If I were facing the problem you describe, I would get to a preserve on a nice day during the week when I could have the place to myself. My goal would be to get the dog into birds, over and over and over again. Copious amounts of encouragement and love on your part. No shooting or discipline until the dog was well and truly having a ball just finding and chasing. Once that happened, I would start shooting a .22 blank in the vicinity when a bird was flushed, hopefully after a good point. If things went well, the natural progression would be to bigger bangs, and eventually shooting a bird for the dog. From what you have described, I would guess that lack of exposure to birds is the basis of the problem. 
If you truly value the dog, it might just be time to defer to a pro rather than trying to fix the problem yourself. Most of us amateurs have limited experiences, and can sometimes make a bad problem worse. If your resources won't allow the use of a pro, just remember that patience, repetition, consistancy and more patience, will go far in solving many common training troubles.
As to the gunshyness, there are many opinions as to the most effective after-the-fact cure. I'm sorry not to have any good advice on this subject for you. My dogs were conditioned to loud noises as pups, and we've never had a problem.
I hope things work out for you and the pup. Vizsla's are lovely dogs and can be a real pleasure to own and hunt with. 
Good luck, Burl


----------



## Springer (Dec 21, 2004)

> 9 mo. old vizsla pup.


Where did you get her from?
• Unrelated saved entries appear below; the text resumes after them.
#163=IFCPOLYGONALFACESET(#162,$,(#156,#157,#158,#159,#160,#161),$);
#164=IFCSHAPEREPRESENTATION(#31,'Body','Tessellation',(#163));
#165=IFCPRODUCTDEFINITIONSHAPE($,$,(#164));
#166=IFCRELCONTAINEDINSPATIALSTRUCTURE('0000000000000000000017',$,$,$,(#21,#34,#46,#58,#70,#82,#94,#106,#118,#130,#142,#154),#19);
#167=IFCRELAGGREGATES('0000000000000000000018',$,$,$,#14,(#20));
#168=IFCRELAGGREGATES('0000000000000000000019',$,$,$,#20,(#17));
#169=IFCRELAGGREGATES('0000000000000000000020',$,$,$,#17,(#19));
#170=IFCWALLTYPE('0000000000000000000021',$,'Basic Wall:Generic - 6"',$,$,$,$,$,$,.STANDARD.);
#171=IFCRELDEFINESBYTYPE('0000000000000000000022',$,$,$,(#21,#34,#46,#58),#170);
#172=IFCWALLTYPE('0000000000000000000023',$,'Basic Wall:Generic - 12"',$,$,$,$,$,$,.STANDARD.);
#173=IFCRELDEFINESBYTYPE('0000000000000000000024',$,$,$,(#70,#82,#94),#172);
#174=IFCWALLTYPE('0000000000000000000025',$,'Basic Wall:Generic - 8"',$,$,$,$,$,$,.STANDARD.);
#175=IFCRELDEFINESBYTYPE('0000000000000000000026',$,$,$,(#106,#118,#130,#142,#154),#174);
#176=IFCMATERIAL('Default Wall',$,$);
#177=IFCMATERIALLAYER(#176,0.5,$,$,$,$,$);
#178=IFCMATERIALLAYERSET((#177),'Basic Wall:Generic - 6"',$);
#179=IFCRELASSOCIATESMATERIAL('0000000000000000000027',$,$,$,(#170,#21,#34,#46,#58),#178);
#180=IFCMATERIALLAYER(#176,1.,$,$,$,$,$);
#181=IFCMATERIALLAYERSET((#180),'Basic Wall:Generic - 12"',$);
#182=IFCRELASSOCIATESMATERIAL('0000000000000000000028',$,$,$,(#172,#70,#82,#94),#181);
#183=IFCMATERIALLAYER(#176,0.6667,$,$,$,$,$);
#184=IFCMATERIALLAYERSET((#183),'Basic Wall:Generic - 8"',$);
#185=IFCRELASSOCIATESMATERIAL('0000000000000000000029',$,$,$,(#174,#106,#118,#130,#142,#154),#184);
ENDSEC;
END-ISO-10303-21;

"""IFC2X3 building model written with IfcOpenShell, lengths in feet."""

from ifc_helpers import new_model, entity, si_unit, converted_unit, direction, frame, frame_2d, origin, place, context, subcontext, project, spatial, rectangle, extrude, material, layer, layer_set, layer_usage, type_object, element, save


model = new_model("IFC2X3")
My father in law has about the same problem with his V. Not real birdy, a little gunshy, quits hunting after a shot is fired.
She came home from a trainer in VC this way.
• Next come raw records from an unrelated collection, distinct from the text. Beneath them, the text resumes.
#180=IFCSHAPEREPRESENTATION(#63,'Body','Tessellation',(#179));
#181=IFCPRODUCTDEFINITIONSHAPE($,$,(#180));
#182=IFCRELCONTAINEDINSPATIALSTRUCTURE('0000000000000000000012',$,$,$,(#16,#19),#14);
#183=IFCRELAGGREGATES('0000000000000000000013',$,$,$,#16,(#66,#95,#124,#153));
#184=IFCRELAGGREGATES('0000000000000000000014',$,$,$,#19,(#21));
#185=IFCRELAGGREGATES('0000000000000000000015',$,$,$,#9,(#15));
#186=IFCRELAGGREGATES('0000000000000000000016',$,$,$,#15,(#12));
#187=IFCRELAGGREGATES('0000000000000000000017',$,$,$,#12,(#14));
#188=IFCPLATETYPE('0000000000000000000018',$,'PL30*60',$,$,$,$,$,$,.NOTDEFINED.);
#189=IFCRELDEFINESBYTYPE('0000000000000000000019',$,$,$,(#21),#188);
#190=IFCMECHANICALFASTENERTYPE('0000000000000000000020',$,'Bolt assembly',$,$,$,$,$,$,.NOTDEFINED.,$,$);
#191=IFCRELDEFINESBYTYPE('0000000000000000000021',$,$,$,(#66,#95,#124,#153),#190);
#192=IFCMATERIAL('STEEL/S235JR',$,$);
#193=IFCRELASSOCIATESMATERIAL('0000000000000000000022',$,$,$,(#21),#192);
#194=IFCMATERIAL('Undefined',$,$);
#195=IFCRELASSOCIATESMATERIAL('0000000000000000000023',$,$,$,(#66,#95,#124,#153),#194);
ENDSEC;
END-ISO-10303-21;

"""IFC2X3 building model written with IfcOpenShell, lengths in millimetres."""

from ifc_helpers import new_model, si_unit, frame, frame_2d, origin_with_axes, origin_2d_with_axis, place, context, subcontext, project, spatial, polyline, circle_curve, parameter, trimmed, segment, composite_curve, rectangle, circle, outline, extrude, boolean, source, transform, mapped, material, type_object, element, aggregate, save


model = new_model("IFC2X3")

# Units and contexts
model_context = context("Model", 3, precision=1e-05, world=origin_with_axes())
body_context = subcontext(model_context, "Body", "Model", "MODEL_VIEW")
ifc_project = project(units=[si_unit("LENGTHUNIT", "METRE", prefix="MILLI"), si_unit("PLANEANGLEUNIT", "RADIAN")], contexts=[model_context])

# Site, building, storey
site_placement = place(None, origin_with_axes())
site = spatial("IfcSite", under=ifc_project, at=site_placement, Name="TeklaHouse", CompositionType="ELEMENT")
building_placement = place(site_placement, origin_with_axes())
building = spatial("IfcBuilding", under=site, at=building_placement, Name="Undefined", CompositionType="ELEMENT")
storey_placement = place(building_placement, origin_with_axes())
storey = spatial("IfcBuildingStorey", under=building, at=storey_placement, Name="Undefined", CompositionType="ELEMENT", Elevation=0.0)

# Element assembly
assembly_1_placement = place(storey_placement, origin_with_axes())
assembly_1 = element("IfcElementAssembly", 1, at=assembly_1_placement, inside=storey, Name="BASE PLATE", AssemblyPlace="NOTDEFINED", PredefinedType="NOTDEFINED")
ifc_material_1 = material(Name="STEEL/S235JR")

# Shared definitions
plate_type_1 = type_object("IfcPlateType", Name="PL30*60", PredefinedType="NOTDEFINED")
He has decided that he doesn't want to take the time to fix these problems so she is just going to be a couch potato and he is going to get another dog.

I may just have to bring her home next summer and work with her.


----------



## fargojohnson (Oct 17, 2005)

wow thanks to everyone. my preseaon work out for her was useing a wing on a string. i would put the wing out and make her stay when she would get close i would slap a 2x4 on the ground that would make 1 hell of a slap. i would pull the wing away and all she would want is that wing. so i just keep doing it and doing it. i also put scent on the ground in the back yard with a doggie treat at the end of it. i mean i went throu about 2 bottles of secent and trail in my yard.

the one thing also about her first hunt 2 dogs 7 guns 2 miles. maybe she should have sat that walk out. 
:withstupid:


----------



## Bobm (Aug 26, 2003)

start over, no guns, no friends just you and the dog spend a couple weeks and see if she forgets it. If she gets birdy again and is willing to range out and seek birds you can proceed

Then start over with a bolt action sigle shot 22 rifle not pistol just carry it see if she shows any fear do this for several days at least, if she shows no fear of the sight of the gun you will be damn lucky.

*Don't rush this phase *do this at least several outings where she shows no fear.

when shes not showing any fear of the sight of the gun go to the next step

Next with CB caps or mild blanks ( blanks come in a variety of strengths get several boxes in progressivley louder series) stay with the bolt action sngle shot rifle ( no handguns) shoot it once when the birds flush and she is concentrating on the birds.

At first Point the muzzle behind you (if you're behind the dog) so its barely audible to her, point it away from her where ever she is.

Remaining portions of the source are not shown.